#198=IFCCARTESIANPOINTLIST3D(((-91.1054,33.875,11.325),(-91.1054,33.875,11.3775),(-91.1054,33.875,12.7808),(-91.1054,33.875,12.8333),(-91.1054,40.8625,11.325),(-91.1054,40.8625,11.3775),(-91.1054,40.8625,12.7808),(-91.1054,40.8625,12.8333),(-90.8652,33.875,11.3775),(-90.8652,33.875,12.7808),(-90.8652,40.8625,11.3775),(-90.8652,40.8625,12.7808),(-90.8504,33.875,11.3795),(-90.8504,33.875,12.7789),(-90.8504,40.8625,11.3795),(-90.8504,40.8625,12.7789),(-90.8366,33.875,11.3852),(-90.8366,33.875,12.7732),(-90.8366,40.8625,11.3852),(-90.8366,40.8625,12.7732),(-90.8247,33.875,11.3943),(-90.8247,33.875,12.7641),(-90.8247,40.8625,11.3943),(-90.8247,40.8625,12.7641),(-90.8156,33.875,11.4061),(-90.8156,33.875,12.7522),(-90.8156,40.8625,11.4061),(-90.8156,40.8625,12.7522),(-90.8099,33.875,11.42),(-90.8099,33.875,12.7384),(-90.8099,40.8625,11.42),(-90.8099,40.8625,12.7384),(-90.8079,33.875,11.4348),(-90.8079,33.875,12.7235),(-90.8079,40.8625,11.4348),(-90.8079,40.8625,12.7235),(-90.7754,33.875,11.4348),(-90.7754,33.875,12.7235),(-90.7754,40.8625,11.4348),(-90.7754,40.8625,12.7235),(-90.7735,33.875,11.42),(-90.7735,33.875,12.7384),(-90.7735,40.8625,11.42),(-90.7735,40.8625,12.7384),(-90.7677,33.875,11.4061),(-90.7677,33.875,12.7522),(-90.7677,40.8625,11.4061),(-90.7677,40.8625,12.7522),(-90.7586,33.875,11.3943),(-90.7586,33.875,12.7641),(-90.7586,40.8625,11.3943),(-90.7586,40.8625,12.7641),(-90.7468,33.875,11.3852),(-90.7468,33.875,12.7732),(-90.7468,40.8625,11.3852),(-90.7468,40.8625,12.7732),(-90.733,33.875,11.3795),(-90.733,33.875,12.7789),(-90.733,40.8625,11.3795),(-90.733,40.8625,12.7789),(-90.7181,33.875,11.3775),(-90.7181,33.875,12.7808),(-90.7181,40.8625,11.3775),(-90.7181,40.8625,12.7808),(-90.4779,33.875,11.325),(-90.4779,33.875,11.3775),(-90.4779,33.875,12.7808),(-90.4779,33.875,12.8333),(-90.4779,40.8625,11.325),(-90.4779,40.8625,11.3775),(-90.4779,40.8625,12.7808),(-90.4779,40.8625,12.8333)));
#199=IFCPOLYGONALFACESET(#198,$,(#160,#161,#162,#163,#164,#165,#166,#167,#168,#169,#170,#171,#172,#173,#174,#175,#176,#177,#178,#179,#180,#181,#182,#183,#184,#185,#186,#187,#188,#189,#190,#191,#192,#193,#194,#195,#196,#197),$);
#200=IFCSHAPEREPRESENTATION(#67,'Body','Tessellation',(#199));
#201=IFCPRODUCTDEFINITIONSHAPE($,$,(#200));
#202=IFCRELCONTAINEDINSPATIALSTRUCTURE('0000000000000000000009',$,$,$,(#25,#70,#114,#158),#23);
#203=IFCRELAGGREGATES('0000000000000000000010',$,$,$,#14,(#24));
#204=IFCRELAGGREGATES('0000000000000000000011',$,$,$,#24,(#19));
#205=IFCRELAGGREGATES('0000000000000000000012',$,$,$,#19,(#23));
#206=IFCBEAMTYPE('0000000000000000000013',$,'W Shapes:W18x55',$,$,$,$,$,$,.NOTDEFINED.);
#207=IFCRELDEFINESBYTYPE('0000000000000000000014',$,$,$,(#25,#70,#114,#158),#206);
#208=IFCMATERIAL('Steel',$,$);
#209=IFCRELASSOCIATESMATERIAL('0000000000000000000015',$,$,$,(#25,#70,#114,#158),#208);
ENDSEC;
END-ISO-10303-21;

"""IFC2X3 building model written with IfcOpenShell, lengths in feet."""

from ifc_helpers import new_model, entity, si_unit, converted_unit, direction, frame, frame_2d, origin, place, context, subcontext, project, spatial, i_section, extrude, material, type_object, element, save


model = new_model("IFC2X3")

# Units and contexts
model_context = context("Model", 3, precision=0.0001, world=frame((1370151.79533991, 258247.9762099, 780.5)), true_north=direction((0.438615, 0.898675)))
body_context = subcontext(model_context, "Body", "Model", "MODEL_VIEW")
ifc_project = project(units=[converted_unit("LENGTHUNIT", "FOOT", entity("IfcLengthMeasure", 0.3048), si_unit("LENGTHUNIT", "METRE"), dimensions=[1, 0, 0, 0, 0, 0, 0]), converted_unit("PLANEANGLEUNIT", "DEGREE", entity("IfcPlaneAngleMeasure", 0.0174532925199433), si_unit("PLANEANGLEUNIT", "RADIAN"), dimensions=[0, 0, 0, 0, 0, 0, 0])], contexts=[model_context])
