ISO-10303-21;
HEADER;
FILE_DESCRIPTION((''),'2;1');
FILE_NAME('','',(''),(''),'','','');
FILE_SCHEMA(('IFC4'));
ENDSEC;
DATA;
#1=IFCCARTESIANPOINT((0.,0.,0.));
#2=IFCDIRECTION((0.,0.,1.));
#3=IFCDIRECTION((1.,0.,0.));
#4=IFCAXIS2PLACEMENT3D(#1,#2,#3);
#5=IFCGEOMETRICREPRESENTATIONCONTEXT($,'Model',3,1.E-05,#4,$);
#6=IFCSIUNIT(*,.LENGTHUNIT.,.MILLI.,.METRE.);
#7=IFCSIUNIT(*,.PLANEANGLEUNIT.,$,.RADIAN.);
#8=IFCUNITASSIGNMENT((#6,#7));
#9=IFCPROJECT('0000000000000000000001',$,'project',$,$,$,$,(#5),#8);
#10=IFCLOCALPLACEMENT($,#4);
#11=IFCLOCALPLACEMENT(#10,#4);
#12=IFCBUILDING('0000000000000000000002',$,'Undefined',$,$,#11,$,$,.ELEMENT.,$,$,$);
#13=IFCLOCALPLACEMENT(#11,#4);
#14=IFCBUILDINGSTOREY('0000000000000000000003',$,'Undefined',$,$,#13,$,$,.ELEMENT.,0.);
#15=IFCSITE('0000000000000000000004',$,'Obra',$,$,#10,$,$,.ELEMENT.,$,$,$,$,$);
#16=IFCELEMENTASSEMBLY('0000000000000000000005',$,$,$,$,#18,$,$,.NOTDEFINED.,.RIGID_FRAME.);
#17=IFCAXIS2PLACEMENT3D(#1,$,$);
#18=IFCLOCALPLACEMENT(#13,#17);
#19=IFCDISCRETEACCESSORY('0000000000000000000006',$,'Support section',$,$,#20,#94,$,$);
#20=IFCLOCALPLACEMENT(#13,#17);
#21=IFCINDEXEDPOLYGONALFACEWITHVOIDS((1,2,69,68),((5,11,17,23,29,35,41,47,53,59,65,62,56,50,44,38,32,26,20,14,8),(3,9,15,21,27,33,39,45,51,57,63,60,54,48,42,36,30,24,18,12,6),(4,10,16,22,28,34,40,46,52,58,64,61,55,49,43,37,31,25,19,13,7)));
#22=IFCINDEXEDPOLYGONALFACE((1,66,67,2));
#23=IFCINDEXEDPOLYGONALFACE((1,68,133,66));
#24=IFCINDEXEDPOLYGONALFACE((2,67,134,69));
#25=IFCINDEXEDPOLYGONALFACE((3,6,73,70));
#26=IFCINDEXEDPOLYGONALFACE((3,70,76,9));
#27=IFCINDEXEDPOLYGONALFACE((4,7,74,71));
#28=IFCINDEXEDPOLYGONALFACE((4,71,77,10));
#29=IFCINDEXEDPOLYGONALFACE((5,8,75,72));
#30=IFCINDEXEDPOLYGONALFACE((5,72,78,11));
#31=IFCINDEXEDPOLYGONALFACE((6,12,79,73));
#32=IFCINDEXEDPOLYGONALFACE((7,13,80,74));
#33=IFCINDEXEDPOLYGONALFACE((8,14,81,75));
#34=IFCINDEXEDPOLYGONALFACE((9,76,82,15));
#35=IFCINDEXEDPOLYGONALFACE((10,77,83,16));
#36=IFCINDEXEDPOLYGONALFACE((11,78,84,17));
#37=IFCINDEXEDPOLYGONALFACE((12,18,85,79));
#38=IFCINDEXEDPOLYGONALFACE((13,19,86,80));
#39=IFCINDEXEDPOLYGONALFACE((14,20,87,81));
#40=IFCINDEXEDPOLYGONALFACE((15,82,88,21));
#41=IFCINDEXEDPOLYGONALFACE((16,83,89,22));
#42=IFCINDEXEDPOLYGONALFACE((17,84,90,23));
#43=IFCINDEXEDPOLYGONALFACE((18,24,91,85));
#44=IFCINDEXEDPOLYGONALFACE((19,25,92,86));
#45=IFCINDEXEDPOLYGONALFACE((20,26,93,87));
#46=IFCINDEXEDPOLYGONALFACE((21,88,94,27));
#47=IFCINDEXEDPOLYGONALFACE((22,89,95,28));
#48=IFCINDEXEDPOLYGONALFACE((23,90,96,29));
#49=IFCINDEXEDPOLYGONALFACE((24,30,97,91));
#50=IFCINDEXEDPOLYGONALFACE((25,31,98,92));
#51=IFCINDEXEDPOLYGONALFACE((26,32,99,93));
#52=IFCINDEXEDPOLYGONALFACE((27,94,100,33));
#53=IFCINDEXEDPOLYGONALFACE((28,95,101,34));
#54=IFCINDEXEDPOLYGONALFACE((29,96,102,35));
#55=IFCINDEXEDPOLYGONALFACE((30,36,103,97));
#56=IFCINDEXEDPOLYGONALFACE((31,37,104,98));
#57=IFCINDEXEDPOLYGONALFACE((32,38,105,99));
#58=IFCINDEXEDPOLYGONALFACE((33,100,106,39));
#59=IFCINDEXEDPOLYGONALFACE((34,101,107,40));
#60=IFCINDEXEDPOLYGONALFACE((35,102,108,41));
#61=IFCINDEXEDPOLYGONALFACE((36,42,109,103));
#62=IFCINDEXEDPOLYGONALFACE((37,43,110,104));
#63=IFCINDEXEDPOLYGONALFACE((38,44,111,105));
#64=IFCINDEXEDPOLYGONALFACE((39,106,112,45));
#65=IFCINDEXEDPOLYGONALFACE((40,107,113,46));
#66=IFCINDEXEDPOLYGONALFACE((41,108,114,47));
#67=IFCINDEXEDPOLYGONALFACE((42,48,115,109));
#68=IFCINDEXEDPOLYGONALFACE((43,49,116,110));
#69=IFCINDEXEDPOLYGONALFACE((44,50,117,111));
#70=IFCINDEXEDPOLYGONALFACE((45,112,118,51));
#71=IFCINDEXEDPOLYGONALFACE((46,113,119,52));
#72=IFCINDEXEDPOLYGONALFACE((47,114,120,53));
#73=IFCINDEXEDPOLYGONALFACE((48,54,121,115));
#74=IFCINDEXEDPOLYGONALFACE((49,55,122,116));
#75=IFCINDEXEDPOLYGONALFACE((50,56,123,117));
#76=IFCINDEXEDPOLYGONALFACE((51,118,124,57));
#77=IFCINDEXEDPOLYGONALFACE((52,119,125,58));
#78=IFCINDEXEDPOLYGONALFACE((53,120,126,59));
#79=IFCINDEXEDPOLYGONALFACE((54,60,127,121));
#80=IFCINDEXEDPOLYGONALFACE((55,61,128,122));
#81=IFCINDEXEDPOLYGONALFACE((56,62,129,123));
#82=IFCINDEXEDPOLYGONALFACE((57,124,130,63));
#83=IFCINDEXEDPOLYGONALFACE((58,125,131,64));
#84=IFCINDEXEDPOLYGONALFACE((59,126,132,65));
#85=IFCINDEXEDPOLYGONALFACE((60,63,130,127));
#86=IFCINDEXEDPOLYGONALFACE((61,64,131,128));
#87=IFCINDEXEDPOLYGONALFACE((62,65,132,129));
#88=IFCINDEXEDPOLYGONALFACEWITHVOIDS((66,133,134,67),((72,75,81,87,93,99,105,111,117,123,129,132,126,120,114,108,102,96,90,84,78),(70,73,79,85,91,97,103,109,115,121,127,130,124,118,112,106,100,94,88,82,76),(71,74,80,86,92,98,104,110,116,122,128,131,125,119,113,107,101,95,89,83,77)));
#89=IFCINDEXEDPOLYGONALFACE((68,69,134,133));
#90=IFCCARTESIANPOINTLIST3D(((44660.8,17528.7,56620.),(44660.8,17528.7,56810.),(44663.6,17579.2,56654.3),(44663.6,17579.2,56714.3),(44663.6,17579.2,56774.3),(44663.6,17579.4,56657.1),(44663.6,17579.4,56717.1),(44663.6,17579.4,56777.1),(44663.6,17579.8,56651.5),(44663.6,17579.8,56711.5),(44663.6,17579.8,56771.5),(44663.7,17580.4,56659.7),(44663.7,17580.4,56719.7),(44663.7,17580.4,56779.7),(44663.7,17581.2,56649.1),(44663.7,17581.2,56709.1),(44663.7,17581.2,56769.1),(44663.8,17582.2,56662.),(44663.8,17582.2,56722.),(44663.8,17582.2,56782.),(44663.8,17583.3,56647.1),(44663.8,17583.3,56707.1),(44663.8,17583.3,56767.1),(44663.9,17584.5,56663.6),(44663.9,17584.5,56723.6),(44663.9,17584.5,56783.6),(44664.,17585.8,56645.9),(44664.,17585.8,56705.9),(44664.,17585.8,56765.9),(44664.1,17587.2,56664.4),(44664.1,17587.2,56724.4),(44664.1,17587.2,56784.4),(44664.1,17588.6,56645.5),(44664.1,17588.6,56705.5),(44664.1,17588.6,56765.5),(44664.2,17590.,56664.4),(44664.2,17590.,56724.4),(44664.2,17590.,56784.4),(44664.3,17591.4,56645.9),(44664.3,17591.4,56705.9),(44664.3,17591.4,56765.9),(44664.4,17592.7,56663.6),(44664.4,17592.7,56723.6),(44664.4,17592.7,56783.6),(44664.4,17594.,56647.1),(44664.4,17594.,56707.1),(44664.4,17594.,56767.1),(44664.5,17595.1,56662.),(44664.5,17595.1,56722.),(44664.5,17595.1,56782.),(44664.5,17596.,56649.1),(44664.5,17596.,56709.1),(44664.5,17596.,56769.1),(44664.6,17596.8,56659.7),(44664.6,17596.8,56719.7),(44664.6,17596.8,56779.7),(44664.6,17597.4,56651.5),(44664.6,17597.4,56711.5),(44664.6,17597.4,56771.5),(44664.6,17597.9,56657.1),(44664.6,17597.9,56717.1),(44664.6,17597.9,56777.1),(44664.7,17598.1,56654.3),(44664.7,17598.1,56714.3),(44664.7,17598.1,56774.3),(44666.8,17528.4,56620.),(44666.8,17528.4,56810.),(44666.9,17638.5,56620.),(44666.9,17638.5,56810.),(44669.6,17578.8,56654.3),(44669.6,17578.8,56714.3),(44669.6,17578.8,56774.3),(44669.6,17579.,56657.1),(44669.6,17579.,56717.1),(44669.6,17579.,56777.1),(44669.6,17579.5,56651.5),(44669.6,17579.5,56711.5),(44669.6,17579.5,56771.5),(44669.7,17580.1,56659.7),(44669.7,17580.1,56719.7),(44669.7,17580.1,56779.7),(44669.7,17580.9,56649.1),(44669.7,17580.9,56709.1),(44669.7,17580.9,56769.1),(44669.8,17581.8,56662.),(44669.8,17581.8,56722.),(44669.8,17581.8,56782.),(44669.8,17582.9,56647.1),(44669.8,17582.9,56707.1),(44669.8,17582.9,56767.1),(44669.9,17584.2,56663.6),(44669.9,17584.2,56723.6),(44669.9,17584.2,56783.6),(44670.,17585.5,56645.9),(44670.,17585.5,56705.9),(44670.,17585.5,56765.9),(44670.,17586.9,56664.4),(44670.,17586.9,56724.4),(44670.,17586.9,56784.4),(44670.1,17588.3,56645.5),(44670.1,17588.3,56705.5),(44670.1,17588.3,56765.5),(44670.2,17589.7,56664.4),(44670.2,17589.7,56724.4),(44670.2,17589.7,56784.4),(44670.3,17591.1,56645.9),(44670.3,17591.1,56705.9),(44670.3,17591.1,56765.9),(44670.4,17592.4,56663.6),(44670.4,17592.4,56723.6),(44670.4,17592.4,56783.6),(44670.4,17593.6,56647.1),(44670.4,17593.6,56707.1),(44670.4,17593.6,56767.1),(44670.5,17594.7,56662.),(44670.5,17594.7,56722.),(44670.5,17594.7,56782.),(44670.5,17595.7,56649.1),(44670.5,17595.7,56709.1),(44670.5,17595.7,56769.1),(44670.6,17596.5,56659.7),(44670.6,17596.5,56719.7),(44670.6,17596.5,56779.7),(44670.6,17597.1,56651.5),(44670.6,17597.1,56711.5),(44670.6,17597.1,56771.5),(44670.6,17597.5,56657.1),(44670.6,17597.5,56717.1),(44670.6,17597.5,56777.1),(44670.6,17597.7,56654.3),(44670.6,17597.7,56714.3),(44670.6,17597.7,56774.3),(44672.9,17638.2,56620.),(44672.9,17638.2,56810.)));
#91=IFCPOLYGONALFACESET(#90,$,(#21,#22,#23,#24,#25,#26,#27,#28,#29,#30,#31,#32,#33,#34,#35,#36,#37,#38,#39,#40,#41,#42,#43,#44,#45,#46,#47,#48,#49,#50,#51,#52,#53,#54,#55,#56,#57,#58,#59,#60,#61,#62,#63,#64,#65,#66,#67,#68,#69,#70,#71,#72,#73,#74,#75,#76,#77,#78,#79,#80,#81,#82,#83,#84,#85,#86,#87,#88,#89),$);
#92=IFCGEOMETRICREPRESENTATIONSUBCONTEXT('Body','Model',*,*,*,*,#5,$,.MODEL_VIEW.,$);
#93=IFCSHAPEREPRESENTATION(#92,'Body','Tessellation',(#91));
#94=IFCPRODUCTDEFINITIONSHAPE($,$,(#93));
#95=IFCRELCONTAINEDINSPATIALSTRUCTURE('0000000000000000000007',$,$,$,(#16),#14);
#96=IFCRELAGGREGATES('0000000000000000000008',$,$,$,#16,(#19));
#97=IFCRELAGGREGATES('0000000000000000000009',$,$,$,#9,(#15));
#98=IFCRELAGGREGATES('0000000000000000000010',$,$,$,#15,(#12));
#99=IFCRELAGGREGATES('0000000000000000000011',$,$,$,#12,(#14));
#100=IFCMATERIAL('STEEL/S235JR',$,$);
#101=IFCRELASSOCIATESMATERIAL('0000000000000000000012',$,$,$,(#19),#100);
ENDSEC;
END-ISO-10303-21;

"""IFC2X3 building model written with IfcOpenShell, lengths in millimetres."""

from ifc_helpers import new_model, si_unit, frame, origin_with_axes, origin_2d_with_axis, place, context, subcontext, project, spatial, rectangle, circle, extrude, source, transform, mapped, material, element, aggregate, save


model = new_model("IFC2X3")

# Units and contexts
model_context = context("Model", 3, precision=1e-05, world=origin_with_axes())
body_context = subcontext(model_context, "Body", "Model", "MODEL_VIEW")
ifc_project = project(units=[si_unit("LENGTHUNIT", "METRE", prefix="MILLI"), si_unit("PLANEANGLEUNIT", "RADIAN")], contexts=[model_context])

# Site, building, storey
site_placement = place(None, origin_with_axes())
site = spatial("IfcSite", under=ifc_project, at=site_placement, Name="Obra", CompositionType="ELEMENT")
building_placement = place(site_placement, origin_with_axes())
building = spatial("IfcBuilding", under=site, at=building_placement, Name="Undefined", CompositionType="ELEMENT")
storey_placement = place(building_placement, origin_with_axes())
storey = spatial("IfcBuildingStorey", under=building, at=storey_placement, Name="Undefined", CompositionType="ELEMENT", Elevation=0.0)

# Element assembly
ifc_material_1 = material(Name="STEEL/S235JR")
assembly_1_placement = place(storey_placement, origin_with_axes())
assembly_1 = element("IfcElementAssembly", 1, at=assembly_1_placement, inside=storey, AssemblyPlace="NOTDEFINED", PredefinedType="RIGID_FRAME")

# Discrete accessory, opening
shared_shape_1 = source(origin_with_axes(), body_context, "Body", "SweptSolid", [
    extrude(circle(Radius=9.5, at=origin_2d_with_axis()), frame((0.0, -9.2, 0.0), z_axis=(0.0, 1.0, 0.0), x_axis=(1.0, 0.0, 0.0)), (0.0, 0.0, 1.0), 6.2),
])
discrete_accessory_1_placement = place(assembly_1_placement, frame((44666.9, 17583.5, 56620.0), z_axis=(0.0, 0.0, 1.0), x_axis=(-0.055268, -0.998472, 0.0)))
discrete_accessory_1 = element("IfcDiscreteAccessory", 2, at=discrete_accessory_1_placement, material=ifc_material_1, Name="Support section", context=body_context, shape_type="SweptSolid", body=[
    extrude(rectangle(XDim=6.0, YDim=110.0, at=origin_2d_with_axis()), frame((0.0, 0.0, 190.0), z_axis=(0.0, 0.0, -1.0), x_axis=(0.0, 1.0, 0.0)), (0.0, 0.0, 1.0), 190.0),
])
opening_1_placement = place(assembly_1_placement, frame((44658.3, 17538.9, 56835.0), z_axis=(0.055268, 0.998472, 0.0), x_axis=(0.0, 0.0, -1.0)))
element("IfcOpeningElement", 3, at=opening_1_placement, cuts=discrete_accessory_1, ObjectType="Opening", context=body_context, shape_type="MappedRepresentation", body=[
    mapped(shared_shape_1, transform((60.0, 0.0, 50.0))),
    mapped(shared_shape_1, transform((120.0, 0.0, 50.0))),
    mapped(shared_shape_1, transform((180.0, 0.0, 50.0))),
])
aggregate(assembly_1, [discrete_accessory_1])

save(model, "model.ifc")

□ □ □ □ □ □ □

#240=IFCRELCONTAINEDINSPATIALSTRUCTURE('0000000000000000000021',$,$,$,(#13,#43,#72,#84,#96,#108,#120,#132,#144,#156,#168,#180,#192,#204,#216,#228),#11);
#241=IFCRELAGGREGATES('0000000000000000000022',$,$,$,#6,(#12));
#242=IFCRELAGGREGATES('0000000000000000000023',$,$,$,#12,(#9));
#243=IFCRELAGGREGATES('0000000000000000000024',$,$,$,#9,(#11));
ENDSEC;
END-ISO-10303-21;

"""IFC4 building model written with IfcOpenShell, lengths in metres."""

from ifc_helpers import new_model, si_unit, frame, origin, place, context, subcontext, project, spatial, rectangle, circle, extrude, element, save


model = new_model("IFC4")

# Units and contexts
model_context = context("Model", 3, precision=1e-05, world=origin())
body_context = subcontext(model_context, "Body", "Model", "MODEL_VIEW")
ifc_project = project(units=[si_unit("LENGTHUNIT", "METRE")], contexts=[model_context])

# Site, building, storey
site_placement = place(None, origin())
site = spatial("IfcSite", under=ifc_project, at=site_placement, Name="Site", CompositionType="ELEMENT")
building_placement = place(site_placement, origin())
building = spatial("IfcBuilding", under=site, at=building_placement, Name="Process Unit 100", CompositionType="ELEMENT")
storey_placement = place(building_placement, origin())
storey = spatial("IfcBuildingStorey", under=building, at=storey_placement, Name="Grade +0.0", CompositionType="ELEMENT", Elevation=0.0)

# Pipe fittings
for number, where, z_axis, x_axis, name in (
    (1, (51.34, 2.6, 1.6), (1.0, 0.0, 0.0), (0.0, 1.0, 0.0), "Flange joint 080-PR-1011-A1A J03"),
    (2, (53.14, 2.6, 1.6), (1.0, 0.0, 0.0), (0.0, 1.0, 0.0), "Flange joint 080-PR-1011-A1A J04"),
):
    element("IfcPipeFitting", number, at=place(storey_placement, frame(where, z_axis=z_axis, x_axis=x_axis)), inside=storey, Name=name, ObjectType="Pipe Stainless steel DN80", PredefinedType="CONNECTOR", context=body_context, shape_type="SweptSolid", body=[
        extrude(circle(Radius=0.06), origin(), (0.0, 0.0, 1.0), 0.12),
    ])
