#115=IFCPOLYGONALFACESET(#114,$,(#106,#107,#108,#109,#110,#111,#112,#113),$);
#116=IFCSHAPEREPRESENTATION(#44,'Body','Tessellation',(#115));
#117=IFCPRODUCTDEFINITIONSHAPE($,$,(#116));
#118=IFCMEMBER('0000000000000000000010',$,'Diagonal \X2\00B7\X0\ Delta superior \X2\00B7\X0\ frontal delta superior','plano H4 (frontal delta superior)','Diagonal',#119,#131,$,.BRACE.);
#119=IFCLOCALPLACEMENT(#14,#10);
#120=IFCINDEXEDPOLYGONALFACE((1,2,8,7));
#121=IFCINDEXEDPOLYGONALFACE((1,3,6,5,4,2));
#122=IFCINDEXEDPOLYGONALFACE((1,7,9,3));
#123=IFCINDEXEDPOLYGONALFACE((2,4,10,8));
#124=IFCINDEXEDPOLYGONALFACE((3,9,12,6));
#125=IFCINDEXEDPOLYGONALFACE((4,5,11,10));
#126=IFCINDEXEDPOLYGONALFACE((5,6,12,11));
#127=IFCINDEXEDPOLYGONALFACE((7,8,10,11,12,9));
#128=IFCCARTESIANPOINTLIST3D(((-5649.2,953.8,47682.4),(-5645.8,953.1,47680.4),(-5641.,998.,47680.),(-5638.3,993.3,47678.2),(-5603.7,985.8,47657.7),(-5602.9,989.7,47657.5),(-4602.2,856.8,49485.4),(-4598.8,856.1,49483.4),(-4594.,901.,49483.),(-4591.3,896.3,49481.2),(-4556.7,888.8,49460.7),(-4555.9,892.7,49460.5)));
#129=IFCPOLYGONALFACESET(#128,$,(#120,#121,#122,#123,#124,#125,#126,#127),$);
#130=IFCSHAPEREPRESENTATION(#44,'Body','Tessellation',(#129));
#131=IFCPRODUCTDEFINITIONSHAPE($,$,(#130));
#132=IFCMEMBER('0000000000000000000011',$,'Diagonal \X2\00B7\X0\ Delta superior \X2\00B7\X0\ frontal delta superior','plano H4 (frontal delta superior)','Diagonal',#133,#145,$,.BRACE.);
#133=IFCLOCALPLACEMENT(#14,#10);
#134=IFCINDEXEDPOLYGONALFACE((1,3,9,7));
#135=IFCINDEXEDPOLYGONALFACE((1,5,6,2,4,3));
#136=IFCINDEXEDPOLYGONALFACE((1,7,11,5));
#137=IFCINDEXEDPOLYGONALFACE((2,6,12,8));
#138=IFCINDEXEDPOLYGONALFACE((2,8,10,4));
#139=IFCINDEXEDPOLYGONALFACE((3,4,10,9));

□ □ □ □ □ □ □

DIRECTIONS:
Only the lines above from the line containing "#60=IFCINDEXEDPOLYGONALFACE((35,102,108,41));" through the line containing "#89=IFCINDEXEDPOLYGONALFACE((68,69,134,133));" should be retyped, exactly and with both ends included.

THE ANSWER:
#60=IFCINDEXEDPOLYGONALFACE((35,102,108,41));
#61=IFCINDEXEDPOLYGONALFACE((36,42,109,103));
#62=IFCINDEXEDPOLYGONALFACE((37,43,110,104));
#63=IFCINDEXEDPOLYGONALFACE((38,44,111,105));
#64=IFCINDEXEDPOLYGONALFACE((39,106,112,45));
#65=IFCINDEXEDPOLYGONALFACE((40,107,113,46));
#66=IFCINDEXEDPOLYGONALFACE((41,108,114,47));
#67=IFCINDEXEDPOLYGONALFACE((42,48,115,109));
#68=IFCINDEXEDPOLYGONALFACE((43,49,116,110));
#69=IFCINDEXEDPOLYGONALFACE((44,50,117,111));
#70=IFCINDEXEDPOLYGONALFACE((45,112,118,51));
#71=IFCINDEXEDPOLYGONALFACE((46,113,119,52));
#72=IFCINDEXEDPOLYGONALFACE((47,114,120,53));
#73=IFCINDEXEDPOLYGONALFACE((48,54,121,115));
#74=IFCINDEXEDPOLYGONALFACE((49,55,122,116));
#75=IFCINDEXEDPOLYGONALFACE((50,56,123,117));
#76=IFCINDEXEDPOLYGONALFACE((51,118,124,57));
#77=IFCINDEXEDPOLYGONALFACE((52,119,125,58));
#78=IFCINDEXEDPOLYGONALFACE((53,120,126,59));
#79=IFCINDEXEDPOLYGONALFACE((54,60,127,121));
#80=IFCINDEXEDPOLYGONALFACE((55,61,128,122));
#81=IFCINDEXEDPOLYGONALFACE((56,62,129,123));
#82=IFCINDEXEDPOLYGONALFACE((57,124,130,63));
#83=IFCINDEXEDPOLYGONALFACE((58,125,131,64));
#84=IFCINDEXEDPOLYGONALFACE((59,126,132,65));
#85=IFCINDEXEDPOLYGONALFACE((60,63,130,127));
#86=IFCINDEXEDPOLYGONALFACE((61,64,131,128));
#87=IFCINDEXEDPOLYGONALFACE((62,65,132,129));
#88=IFCINDEXEDPOLYGONALFACEWITHVOIDS((66,133,134,67),((72,75,81,87,93,99,105,111,117,123,129,132,126,120,114,108,102,96,90,84,78),(70,73,79,85,91,97,103,109,115,121,127,130,124,118,112,106,100,94,88,82,76),(71,74,80,86,92,98,104,110,116,122,128,131,125,119,113,107,101,95,89,83,77)));
#89=IFCINDEXEDPOLYGONALFACE((68,69,134,133));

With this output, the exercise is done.